This month, the UNC School of Social Work began its second annual Black History Month Research Series.
Hosted by UNC’s Global Social Development Innovations and INSPIRED lab, the series consists of virtual workshops and panels discussing research on inequities within the field of social work. The program’s first webinar occurred Feb. 8 and the series will continue to feature speakers through the end of the month.
The purpose of the Feb. 8 forum, “Confronting Racism Denial: Naming Racism and Moving to Action," was to provide a platform for “naming, challenging and eliminating racism”, said Trenette Goings, professor of social work and moderator of the lecture.
Dr. Camara Jones, senior fellow at the Satcher Health Leadership Institute and speaker at the lecture, said racism denial encompasses the banning of racism education, equity and social justice.
She also said racism denial refers to instances of people not using the term ‘racism’ even when conducting anti-racism work – such as scholars who research disparities in health.

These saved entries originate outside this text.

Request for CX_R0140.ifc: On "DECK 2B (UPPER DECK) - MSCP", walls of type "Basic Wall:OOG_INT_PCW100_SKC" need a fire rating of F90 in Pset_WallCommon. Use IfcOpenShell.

First a look at what the model holds.

```python
import ifcopenshell
import ifcopenshell.util.element

model = ifcopenshell.open("CX_R0140.ifc")
print(model.schema)
storey = next(s for s in model.by_type("IfcBuildingStorey") if s.Name == "DECK 2B (UPPER DECK) - MSCP")
walls = [e for e in ifcopenshell.util.element.get_decomposition(storey) if e.is_a("IfcWall")]
seen = {}
for e in walls:
    element_type = ifcopenshell.util.element.get_type(e)
    key = (element_type.Name if element_type != e and element_type else None, ifcopenshell.util.element.get_pset(e, "Pset_WallCommon", "FireRating"))
    seen[key] = seen.get(key, 0) + 1
for (name, value), count in sorted(seen.items(), key=str):
    print(count, "x", name, "|", value)
```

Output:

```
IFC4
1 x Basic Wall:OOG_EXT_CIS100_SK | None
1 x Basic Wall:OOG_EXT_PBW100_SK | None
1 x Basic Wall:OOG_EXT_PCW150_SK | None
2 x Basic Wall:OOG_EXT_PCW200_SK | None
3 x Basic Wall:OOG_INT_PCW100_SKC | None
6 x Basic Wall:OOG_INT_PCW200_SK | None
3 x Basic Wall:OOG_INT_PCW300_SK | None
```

```python
import ifcopenshell
import ifcopenshell.api.pset
import ifcopenshell.util.element

model = ifcopenshell.open("CX_R0140.ifc")

storey = next(s for s in model.by_type("IfcBuildingStorey") if s.Name == "DECK 2B (UPPER DECK) - MSCP")
walls = [e for e in ifcopenshell.util.element.get_decomposition(storey) if e.is_a("IfcWall")]

count = 0
for e in walls:
    element_type = ifcopenshell.util.element.get_type(e)
    if element_type in (None, e) or element_type.Name != "Basic Wall:OOG_INT_PCW100_SKC":
        continue
    # add_pset returns the element's existing set when there is one.
    pset = ifcopenshell.api.pset.add_pset(model, product=e, name="Pset_WallCommon")
    ifcopenshell.api.pset.edit_pset(model, pset=pset, properties={"FireRating": "F90"})
    count += 1

print(count, "walls updated")

model.write("CX_R0140_edited.ifc")
```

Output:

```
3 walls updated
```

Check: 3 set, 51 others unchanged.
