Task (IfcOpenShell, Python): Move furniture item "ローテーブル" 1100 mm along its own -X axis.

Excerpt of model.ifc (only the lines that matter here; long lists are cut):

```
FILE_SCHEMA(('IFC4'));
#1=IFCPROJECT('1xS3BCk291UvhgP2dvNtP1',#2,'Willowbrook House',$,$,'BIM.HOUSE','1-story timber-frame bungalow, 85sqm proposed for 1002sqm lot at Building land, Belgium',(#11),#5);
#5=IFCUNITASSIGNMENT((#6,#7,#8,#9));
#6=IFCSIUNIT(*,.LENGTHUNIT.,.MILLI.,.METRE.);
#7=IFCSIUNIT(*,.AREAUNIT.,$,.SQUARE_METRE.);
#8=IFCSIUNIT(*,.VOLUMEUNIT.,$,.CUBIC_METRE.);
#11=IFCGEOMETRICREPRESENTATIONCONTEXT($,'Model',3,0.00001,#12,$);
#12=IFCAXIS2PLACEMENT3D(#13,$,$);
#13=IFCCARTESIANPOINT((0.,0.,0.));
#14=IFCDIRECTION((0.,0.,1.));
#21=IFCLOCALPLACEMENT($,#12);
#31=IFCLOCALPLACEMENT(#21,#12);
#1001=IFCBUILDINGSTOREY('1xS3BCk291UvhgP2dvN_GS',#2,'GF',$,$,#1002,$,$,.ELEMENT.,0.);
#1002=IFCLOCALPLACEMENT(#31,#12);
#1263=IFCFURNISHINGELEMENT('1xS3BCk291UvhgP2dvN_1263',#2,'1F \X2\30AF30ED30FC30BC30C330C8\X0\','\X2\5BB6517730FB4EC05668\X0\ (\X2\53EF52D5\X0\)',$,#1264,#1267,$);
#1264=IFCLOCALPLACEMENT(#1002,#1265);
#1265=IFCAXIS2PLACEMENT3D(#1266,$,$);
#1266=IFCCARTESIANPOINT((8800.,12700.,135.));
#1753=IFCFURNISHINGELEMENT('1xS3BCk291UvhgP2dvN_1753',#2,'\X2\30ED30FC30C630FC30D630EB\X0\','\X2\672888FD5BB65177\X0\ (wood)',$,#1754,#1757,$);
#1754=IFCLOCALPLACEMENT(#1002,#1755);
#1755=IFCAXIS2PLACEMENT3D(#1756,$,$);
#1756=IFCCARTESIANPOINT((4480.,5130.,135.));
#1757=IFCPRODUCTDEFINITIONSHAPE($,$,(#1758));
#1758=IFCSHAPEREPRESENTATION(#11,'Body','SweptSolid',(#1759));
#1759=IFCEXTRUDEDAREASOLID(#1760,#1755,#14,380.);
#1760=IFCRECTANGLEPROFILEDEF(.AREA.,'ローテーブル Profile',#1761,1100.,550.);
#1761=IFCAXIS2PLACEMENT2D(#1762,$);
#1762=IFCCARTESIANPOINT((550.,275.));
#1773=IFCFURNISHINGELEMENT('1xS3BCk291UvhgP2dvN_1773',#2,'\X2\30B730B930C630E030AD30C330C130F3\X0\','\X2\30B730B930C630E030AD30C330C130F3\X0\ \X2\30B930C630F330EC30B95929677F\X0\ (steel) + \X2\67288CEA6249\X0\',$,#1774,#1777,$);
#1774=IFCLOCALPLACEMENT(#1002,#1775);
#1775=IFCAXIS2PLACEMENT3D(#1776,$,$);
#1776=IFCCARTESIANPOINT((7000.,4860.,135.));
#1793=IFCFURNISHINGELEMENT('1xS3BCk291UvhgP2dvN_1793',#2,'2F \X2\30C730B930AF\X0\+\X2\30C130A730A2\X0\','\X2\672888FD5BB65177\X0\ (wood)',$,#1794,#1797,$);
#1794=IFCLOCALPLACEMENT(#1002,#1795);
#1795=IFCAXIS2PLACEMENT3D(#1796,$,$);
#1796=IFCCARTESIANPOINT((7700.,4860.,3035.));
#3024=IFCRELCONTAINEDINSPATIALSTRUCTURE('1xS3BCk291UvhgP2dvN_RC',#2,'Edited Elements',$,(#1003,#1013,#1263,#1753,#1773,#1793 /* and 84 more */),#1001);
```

```python
import ifcopenshell
import ifcopenshell.api.geometry
import ifcopenshell.util.placement
import ifcopenshell.util.unit

model = ifcopenshell.open("model.ifc")
unit_scale = ifcopenshell.util.unit.calculate_unit_scale(model)

item = model.by_guid("1xS3BCk291UvhgP2dvN_1753")
matrix = ifcopenshell.util.placement.get_local_placement(item.ObjectPlacement)
matrix[:3, 3] -= matrix[:3, 0] * 1.1 / unit_scale
ifcopenshell.api.geometry.edit_object_placement(model, product=item, matrix=matrix, is_si=False)

print(ifcopenshell.util.placement.get_local_placement(item.ObjectPlacement).round(3) + 0.0)

model.write("model_rev.ifc")
```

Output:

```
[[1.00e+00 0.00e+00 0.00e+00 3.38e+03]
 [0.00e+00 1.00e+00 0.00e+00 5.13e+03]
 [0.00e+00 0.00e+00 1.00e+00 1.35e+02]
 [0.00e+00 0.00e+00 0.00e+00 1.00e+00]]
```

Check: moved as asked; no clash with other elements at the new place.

“You must name a problem to even get started on the solution,” Jones said.
Her presentation also included conversations about systemic racism, its impact on society and the importance of dismantling racism.
Jones discussed the prejudices of police brutality, physician disrespect, shopkeeper vigilance and teacher devaluation as what she defines as “personally-mediated racism."
Stefani Baca-Atlas, a graduate student who attended the lecture, said the conversation was inspiring as a student studying structural racism. She said listening to Jones discuss her research and book brought “life to the story” that she had not experienced before.